Youth Development: "Diaz Moore tries to keep kids in Dutch"

The Lowell Sun

May 12, 2003

DANA WILLHOIT, Sun Staff

LOWELL In Nancy Diaz Moore's hands, a twirling rope is more than a childish toy. It is a community-builder, a self-esteem booster, a safe haven in the afternoon. Once a week after school, a dozen or so teenage girls gather at the United Teen Equality Center on Kirk Street to learn the ropes. They are there to master the art of Double Dutch, in which two people twirl jump-ropes in alternating rhythm while one or more people jump in the middle. Once a childhood game, it has evolved into an international sport in which teams travel and compete for prizes.


Some day, Diaz Moore, who teaches the Double Dutch class, would like to see the UTEC Jumpers compete. Right now, she is content to give the girls a place to make new friends and do something positive after school.

"She uses the program as a way of building teamwork," said Gregg Croteau, executive director of UTEC. "She takes the girls to competitions on her own time so they can learn new moves and be inspired.

"She's done a really nice job with our outreach program," Croteau added. "She's made flyers and dropped them off at schools and community centers."

Diaz Moore has rules for the girls in her class.

"If you're going to be in here, you're going to be treated with respect," she said. "Most of them can't jump when they start out. If you're making fun of someone that doesn't have good self-esteem in the first place..." she shakes her head. It's not going to happen. And "if you use bad language, you're out."

Also forbidden are hoop earrings they could get tangled in the jump-ropes and low-cut jeans, which show a flash of thong underwear.

In her class, "They've become ladies. They talk very nicely to each other."

Her enthusiasm is contagious. In a recent class, Masada Jones, 15, a Lowell High student who has been taking the class for a little over a year, said she likes to help teach now because, as she says, "you get to help people."

In her very first class, she looked at the long ropes whipping through the air and didn't think she could do it. "I was scared. I thought it was going to hit me."

Now, Jones is self-confident enough to urge a timid new student, "Just when the rope is up, go. You have to chance it ..."

Diaz Moore has been doing Double Dutch with her sisters since she was a little girl, when they would cut lengths of clothesline and jump and chant rhymes in their back yard. When her younger daughter started spending time at UTEC, she started volunteering there, and suggested Double Dutch as a positive activity for girls.

Diaz Moore has been sidelined for a couple of months because of surgery on her foot, but she often stops by to say hi to the girls, who are being taught by a UTEC staff member and a couple of the more advanced students, for now. She hopes to be back teaching soon, though.

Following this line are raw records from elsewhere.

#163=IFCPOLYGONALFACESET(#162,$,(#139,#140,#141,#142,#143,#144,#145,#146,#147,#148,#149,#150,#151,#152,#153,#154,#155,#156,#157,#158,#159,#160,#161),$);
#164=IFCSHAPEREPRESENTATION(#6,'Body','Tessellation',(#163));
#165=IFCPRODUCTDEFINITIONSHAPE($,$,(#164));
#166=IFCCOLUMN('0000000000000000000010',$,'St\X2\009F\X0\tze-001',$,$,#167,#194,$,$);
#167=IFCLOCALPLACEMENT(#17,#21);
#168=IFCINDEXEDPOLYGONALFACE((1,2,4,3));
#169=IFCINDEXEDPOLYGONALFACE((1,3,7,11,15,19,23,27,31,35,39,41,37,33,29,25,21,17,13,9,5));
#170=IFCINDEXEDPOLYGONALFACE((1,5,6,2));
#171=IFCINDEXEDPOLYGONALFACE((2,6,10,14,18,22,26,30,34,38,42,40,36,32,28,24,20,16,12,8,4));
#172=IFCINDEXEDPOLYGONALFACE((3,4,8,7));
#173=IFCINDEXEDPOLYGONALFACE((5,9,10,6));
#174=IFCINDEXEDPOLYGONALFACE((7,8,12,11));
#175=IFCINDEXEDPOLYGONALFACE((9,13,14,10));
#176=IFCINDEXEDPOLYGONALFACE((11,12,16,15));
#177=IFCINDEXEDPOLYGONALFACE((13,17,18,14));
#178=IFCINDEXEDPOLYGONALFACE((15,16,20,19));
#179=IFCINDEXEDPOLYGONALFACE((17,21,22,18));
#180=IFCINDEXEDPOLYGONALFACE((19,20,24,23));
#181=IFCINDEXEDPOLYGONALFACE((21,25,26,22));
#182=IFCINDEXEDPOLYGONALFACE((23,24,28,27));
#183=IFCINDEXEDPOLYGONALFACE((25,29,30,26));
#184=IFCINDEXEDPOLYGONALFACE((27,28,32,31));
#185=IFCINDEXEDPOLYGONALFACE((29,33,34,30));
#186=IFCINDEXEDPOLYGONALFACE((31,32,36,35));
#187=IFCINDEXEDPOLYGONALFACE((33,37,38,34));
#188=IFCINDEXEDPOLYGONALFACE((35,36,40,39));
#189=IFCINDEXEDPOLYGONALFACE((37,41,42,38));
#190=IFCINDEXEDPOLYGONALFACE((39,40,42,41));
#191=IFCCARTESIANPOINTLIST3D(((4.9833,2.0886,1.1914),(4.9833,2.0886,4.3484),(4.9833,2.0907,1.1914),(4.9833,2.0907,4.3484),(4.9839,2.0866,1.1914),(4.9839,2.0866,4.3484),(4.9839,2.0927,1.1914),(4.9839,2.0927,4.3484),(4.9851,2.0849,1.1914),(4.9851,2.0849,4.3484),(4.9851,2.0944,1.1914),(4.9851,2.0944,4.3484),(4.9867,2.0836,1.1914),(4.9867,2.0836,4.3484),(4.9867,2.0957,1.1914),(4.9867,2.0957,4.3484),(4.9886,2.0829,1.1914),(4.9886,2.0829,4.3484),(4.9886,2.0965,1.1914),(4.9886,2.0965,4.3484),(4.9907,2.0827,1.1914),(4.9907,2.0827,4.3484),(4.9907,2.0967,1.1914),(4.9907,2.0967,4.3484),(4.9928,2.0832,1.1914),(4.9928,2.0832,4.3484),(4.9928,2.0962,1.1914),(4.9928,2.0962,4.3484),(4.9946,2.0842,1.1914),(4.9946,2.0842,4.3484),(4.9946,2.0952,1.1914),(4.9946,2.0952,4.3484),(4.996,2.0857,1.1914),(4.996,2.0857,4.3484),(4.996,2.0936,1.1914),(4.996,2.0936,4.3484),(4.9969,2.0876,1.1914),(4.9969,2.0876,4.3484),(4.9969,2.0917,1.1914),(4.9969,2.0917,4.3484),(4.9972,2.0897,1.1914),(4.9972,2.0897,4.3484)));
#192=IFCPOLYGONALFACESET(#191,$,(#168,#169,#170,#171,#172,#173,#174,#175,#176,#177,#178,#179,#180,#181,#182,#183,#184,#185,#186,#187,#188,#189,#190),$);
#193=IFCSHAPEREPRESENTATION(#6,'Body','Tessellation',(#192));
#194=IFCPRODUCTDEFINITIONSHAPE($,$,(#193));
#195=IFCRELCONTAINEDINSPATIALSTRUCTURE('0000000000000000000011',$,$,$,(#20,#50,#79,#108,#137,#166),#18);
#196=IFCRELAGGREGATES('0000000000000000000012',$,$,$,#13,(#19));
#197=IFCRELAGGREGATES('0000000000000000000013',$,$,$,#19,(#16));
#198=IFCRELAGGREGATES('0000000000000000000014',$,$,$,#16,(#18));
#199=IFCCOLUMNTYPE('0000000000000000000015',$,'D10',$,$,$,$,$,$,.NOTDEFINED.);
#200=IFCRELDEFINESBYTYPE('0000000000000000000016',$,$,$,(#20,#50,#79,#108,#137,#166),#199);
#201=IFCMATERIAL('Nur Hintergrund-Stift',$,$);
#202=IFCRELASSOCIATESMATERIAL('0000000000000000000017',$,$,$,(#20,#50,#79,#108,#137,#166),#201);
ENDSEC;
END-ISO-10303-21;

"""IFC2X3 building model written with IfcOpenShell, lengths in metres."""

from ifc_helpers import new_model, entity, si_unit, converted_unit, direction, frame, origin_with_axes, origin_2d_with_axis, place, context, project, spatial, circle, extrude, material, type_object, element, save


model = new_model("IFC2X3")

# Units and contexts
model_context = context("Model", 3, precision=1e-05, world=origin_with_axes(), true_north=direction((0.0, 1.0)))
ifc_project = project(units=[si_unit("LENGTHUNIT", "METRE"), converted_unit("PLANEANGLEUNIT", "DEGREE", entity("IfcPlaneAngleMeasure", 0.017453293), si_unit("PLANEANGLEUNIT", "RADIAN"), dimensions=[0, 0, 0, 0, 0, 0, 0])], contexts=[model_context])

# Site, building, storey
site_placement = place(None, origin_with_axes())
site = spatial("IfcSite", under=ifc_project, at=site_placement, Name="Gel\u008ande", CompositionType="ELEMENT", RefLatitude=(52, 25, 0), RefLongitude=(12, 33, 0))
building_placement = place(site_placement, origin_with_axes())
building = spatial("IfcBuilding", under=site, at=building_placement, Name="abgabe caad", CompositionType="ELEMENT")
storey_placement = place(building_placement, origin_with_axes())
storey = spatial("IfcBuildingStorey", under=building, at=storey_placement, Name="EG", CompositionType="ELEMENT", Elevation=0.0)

"I'm going crazy sitting around the house," she said on a recent spring afternoon.

Diaz Moore is not used to sitting around. She is used to working full time at Ma/Com in mechanical assembly, getting out at 2:30 and heading to UTEC or any number of other volunteer positions. She is a member of the Lowell Black Network and organizes Easter-egg hunts, organizes dances and visits the elderly.

"I was raised that way," she said. "You check on the elderly and see how they're doing, see if they need anything."

An elderly neighbor of hers has cancer and can't eat solid food; she purees his favorite food, sweet potatoes, for him.

"If I can make a difference, I will make a difference," Diaz Moore said.

A lifelong Lowell resident, she grew up as part of a family of four brothers and four sisters. Now, with two grown daughters of her own and 27 nieces and nephews, "I'm the auntie of them all. My house is the community gathering place."

She credits her faith in God and her upbringing for her urge to do community outreach. "I can't live if I can't keep the faith."